Pas normal qu'il rame, j'avais le même, j'avais mis au final 2 go de ram mais j'ai longtemps tourné avec 1 go et même 512 au début.

Pour le DD, tu vas dans le menu pomme > à propos de ce mac > plus d'infos > matériel > ata
Tape le numéro dans google tu trouveras rapidos des infos. Sinon tu fais un pomme+i sur l'icône du DD et il te dira sa capacité. Possible qu'il soit défaillant, ce qui expliquerait les lenteurs.

Essaye une installe vierge, Léopard est idéal pour cette bécane, Tiger aussi mais déjà plus vieux.
Avec 1 go ça tournera correctement pour un usage courant. Pour installer l'OS, tu insères le DVD et tu laisses appuyer sur "c", regarde cette page que j'avais faite y a un bail pour plus d'info.

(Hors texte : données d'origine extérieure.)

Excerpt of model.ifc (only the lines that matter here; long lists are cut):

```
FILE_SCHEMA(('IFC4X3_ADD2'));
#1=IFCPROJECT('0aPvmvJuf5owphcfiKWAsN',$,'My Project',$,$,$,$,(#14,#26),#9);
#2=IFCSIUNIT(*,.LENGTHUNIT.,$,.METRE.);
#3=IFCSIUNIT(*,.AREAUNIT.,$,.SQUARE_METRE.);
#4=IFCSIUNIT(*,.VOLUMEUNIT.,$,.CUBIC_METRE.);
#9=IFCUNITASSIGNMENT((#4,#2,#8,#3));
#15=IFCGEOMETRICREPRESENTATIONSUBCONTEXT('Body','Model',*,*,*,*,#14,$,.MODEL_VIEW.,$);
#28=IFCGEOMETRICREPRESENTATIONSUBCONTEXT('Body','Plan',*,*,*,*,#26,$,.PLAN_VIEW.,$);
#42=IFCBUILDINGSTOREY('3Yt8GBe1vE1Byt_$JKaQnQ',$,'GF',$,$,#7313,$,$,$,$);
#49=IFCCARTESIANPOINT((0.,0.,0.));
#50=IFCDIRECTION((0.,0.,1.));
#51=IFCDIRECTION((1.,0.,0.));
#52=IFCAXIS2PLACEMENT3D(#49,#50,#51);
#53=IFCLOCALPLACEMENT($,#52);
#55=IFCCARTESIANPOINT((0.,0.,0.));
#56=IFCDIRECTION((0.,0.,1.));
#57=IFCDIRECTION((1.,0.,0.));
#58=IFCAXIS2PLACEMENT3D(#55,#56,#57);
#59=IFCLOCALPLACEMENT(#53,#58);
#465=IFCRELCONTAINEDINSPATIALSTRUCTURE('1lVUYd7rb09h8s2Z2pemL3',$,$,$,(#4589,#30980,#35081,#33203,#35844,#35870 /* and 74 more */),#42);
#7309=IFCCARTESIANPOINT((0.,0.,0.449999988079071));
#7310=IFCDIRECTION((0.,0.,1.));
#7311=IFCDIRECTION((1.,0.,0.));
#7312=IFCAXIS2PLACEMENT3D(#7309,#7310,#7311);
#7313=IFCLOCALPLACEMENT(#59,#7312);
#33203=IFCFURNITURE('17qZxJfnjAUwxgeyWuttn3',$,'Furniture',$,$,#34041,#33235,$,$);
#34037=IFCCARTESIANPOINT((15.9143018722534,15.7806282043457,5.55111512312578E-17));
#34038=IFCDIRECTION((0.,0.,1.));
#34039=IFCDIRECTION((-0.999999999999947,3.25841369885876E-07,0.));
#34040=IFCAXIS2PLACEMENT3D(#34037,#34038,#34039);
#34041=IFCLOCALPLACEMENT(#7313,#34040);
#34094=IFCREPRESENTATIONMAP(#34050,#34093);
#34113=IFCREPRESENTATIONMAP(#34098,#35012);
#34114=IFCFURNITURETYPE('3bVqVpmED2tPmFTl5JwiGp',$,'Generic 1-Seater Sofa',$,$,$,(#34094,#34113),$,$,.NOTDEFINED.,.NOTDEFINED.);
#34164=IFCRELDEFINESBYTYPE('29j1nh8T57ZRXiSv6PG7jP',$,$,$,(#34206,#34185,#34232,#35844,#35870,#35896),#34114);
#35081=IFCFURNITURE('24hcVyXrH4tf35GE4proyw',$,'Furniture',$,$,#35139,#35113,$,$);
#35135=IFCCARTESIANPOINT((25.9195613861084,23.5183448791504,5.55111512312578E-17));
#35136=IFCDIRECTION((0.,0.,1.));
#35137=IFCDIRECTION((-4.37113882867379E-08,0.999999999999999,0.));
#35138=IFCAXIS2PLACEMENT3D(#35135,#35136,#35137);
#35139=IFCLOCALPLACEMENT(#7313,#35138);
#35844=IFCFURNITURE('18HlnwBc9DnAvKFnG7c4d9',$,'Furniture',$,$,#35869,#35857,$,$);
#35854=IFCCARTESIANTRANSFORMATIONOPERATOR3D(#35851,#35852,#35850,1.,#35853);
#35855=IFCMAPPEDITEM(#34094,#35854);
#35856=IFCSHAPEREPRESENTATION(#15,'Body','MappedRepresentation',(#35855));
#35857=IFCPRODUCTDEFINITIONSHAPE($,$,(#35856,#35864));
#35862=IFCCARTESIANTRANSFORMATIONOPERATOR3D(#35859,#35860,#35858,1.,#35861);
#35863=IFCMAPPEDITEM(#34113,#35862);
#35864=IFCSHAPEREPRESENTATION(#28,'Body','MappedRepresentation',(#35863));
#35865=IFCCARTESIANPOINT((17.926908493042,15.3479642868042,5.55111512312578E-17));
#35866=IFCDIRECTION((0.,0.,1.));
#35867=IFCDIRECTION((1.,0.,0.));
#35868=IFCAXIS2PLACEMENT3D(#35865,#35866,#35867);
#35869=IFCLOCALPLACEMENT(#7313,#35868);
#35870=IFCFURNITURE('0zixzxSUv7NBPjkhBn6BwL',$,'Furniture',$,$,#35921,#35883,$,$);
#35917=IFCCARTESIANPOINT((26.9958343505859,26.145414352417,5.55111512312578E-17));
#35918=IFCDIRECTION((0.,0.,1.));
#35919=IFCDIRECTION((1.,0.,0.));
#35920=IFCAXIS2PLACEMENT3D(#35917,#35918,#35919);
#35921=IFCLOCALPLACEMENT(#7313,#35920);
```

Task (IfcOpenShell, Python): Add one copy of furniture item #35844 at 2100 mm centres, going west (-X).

```python
import numpy as np
import ifcopenshell
import ifcopenshell.api.geometry
import ifcopenshell.api.root
import ifcopenshell.util.element
import ifcopenshell.util.placement

model = ifcopenshell.open("model.ifc")

source = model.by_guid("18HlnwBc9DnAvKFnG7c4d9")
base = ifcopenshell.util.placement.get_local_placement(source.ObjectPlacement)
step = np.array([-1.0, 0.0, 0.0]) * 2.1

for i in range(1, 2):
    copy = ifcopenshell.api.root.copy_class(model, product=source)
    copy.Representation = ifcopenshell.util.element.copy_deep(
        model, source.Representation, exclude=["IfcGeometricRepresentationContext", "IfcRepresentationMap"]
    )
    matrix = base.copy()
    matrix[:3, 3] += i * step
    print("added at", matrix[:3, 3].round(3) + 0.0)
    ifcopenshell.api.geometry.edit_object_placement(model, product=copy, matrix=matrix, is_si=False)

model.write("model_edited.ifc")
```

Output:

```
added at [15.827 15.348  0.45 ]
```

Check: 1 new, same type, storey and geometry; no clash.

N'importe quel disque ATA/IDE fonctionne sur mac, ça a pas de pièces spécifiques mac en général. Va fait un tour sur LDLC. Faudra juste le formater en HFS après installation dans le mac.


----------



## Invité (1 Novembre 2010)

Oui, le reset Pmu est le reset de la carte mère.
d'accord avec *JPTK* c'est une machine qui marche assez bien avec 1Go de Ram. Sauf si ce qui rame est le Flash


----------



## JPTK (3 Novembre 2010)

Et faut appuyer qu'une seule fois sur ce bouton, 1/2 seconde suffit, faut pas laisser appuyer ni appuyer plusieurs fois de suite car là tu pourrais endommager la carte mère (de mémoire, bien que je l'ai déjà fait avant de le savoir et que ça a été sans conséquence). Tu peux re-tenter par la suite, mais faut redémarrer avant et de toute façon je pense pas que ça résoudra quoi que ce soit chez toi.


----------